» **WORK REQUIRED**: Everything from the first line of the material below through the line containing "#44=IFCINDEXEDPOLYGONALFACE((2,6,8,4));" is to be printed exactly, and nothing more.

[Opening PROVIDED INFORMATION section]

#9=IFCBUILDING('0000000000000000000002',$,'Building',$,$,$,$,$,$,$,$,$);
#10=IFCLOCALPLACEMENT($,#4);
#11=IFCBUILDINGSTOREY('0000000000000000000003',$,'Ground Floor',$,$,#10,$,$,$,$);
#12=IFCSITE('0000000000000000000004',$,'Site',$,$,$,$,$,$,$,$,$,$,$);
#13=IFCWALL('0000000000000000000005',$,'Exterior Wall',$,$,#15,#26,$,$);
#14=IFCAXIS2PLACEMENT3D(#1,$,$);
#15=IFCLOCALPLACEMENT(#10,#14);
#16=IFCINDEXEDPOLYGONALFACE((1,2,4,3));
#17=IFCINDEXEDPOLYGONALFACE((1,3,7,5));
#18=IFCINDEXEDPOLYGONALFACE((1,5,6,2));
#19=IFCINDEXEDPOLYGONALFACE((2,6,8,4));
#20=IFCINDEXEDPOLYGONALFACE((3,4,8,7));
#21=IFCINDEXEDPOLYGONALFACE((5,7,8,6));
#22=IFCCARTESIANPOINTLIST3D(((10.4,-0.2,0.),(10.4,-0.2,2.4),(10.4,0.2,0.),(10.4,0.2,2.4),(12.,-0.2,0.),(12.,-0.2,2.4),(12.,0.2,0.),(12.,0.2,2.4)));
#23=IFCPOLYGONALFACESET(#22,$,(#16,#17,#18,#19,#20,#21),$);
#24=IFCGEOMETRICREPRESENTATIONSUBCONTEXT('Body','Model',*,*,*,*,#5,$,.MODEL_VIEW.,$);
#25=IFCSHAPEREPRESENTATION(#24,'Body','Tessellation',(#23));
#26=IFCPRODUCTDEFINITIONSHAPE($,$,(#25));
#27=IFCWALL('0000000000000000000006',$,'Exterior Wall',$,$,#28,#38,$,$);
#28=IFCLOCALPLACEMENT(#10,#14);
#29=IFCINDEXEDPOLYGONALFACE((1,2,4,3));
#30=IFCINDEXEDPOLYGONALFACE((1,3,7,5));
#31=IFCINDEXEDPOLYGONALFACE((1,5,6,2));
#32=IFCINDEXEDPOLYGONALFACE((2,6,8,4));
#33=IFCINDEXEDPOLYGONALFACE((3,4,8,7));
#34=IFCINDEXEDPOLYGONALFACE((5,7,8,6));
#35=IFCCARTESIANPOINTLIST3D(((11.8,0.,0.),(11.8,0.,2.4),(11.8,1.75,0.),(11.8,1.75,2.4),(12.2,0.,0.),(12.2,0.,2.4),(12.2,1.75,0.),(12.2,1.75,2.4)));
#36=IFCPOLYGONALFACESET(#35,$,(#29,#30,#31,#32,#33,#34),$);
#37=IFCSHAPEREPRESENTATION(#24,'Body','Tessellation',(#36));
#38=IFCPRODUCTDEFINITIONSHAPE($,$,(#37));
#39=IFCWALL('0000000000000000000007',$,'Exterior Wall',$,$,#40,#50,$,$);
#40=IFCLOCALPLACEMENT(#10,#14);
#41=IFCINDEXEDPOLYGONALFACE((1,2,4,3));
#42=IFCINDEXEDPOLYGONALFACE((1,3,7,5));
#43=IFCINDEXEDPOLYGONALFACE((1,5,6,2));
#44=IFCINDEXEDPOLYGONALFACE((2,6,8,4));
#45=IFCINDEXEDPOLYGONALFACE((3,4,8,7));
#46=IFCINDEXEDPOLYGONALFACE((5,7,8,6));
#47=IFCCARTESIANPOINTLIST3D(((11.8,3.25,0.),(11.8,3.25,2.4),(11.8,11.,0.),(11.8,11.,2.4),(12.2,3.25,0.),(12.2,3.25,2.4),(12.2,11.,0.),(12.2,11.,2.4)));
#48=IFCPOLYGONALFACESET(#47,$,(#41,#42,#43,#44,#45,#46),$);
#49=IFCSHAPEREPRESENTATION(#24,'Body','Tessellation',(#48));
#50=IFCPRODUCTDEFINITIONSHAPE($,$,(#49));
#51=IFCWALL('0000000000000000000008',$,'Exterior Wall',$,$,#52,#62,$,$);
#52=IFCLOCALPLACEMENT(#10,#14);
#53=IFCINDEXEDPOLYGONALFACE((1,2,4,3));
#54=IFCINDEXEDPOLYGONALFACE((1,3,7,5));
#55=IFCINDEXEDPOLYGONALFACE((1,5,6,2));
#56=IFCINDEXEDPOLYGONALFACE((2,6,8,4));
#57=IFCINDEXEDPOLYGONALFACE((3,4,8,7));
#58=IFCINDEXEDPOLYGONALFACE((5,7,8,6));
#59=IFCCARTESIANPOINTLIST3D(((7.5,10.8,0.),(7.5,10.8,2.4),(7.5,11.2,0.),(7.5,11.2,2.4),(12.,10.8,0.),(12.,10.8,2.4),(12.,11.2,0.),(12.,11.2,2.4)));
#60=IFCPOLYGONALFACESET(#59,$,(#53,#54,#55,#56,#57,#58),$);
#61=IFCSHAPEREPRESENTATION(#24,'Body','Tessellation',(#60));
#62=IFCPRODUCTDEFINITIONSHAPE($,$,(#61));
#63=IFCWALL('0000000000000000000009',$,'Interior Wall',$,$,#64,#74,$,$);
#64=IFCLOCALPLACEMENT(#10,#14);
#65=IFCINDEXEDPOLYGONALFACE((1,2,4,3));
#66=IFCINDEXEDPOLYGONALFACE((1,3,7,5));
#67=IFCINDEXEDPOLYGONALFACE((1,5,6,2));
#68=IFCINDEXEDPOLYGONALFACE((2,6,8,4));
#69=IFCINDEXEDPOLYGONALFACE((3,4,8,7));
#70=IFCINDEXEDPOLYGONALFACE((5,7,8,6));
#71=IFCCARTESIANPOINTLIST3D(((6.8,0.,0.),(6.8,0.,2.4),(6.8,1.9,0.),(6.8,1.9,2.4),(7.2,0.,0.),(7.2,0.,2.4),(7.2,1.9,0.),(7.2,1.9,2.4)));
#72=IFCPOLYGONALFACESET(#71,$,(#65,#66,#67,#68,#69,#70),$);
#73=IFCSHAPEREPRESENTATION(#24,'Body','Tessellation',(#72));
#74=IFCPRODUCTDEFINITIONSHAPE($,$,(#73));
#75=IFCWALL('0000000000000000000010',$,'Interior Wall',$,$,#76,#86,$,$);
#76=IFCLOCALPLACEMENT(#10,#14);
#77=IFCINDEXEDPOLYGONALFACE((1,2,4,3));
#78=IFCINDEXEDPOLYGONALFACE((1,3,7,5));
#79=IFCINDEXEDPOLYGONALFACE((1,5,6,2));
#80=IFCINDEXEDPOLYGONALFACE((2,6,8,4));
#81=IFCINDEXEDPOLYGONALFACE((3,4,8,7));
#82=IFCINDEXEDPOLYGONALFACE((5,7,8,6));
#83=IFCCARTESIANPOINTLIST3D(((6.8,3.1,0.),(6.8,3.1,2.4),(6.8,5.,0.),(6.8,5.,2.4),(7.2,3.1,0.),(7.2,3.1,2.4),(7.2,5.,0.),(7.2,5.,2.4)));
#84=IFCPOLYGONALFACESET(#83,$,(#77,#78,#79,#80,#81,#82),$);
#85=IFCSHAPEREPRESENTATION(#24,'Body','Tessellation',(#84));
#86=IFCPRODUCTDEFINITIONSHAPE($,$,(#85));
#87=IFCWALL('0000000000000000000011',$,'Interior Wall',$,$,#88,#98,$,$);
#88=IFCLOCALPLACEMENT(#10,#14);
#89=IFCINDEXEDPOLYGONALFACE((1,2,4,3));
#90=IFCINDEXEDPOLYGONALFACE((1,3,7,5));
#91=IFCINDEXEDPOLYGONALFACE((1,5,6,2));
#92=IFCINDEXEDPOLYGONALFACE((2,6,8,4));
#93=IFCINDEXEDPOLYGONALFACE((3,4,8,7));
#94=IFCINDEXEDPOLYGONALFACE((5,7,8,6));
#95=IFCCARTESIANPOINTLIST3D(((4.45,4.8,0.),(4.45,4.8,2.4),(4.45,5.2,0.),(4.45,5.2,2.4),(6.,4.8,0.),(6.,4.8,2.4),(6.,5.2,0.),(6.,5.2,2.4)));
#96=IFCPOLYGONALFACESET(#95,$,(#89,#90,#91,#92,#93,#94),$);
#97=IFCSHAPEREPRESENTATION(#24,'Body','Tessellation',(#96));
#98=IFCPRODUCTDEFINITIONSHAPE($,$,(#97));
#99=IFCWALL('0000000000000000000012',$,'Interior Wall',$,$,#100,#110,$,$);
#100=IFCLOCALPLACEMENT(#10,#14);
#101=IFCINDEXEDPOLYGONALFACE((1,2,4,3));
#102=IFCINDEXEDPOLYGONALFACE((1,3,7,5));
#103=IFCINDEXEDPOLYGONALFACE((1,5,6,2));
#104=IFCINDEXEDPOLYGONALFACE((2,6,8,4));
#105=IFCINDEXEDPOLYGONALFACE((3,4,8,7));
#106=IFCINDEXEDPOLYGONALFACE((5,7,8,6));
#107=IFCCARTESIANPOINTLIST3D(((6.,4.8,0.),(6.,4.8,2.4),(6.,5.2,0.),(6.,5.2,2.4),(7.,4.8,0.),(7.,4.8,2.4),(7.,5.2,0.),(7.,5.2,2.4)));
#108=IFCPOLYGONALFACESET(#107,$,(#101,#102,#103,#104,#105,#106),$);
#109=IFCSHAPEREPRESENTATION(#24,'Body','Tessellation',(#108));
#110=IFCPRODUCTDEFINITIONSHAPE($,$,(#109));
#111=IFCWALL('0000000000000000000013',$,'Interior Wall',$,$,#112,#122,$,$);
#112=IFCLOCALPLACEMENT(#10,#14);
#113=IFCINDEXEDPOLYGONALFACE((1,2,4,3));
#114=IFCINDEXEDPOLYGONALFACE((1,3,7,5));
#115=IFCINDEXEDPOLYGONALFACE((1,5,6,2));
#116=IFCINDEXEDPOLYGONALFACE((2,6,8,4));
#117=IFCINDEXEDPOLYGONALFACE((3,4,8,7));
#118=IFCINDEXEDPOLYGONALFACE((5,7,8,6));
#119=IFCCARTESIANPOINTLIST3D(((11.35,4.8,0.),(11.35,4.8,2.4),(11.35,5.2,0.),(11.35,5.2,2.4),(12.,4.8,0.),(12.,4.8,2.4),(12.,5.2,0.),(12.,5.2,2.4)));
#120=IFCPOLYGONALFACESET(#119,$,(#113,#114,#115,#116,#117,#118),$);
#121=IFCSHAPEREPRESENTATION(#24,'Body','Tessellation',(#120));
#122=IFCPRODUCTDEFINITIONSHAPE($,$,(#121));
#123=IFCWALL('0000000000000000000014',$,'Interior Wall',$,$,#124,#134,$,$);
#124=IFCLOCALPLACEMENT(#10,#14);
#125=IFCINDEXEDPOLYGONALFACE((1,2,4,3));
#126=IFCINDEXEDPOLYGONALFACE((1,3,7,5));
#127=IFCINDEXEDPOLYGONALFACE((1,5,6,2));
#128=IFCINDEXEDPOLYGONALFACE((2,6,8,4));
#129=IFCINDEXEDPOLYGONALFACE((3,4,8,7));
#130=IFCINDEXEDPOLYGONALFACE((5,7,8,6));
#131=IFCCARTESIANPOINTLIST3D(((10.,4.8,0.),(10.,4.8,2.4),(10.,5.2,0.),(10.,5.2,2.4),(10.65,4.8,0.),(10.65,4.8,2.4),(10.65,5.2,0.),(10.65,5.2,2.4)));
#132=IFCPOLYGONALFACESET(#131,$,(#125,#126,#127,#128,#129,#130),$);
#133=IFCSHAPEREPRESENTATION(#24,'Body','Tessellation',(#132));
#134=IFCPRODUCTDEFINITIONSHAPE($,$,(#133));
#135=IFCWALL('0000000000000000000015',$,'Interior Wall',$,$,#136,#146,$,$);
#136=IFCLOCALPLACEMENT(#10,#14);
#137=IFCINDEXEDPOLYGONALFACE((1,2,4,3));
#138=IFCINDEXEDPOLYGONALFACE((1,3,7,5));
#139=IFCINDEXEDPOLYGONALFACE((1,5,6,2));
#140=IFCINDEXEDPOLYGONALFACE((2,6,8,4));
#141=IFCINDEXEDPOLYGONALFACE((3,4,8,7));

[Closing PROVIDED INFORMATION section]

» **WRITTEN ANSWER**:
#9=IFCBUILDING('0000000000000000000002',$,'Building',$,$,$,$,$,$,$,$,$);
#10=IFCLOCALPLACEMENT($,#4);
#11=IFCBUILDINGSTOREY('0000000000000000000003',$,'Ground Floor',$,$,#10,$,$,$,$);
#12=IFCSITE('0000000000000000000004',$,'Site',$,$,$,$,$,$,$,$,$,$,$);
#13=IFCWALL('0000000000000000000005',$,'Exterior Wall',$,$,#15,#26,$,$);
#14=IFCAXIS2PLACEMENT3D(#1,$,$);
#15=IFCLOCALPLACEMENT(#10,#14);
#16=IFCINDEXEDPOLYGONALFACE((1,2,4,3));
#17=IFCINDEXEDPOLYGONALFACE((1,3,7,5));
#18=IFCINDEXEDPOLYGONALFACE((1,5,6,2));
#19=IFCINDEXEDPOLYGONALFACE((2,6,8,4));
#20=IFCINDEXEDPOLYGONALFACE((3,4,8,7));
#21=IFCINDEXEDPOLYGONALFACE((5,7,8,6));
#22=IFCCARTESIANPOINTLIST3D(((10.4,-0.2,0.),(10.4,-0.2,2.4),(10.4,0.2,0.),(10.4,0.2,2.4),(12.,-0.2,0.),(12.,-0.2,2.4),(12.,0.2,0.),(12.,0.2,2.4)));
#23=IFCPOLYGONALFACESET(#22,$,(#16,#17,#18,#19,#20,#21),$);
#24=IFCGEOMETRICREPRESENTATIONSUBCONTEXT('Body','Model',*,*,*,*,#5,$,.MODEL_VIEW.,$);
#25=IFCSHAPEREPRESENTATION(#24,'Body','Tessellation',(#23));
#26=IFCPRODUCTDEFINITIONSHAPE($,$,(#25));
#27=IFCWALL('0000000000000000000006',$,'Exterior Wall',$,$,#28,#38,$,$);
#28=IFCLOCALPLACEMENT(#10,#14);
#29=IFCINDEXEDPOLYGONALFACE((1,2,4,3));
#30=IFCINDEXEDPOLYGONALFACE((1,3,7,5));
#31=IFCINDEXEDPOLYGONALFACE((1,5,6,2));
#32=IFCINDEXEDPOLYGONALFACE((2,6,8,4));
#33=IFCINDEXEDPOLYGONALFACE((3,4,8,7));
#34=IFCINDEXEDPOLYGONALFACE((5,7,8,6));
#35=IFCCARTESIANPOINTLIST3D(((11.8,0.,0.),(11.8,0.,2.4),(11.8,1.75,0.),(11.8,1.75,2.4),(12.2,0.,0.),(12.2,0.,2.4),(12.2,1.75,0.),(12.2,1.75,2.4)));
#36=IFCPOLYGONALFACESET(#35,$,(#29,#30,#31,#32,#33,#34),$);
#37=IFCSHAPEREPRESENTATION(#24,'Body','Tessellation',(#36));
#38=IFCPRODUCTDEFINITIONSHAPE($,$,(#37));
#39=IFCWALL('0000000000000000000007',$,'Exterior Wall',$,$,#40,#50,$,$);
#40=IFCLOCALPLACEMENT(#10,#14);
#41=IFCINDEXEDPOLYGONALFACE((1,2,4,3));
#42=IFCINDEXEDPOLYGONALFACE((1,3,7,5));
#43=IFCINDEXEDPOLYGONALFACE((1,5,6,2));
#44=IFCINDEXEDPOLYGONALFACE((2,6,8,4));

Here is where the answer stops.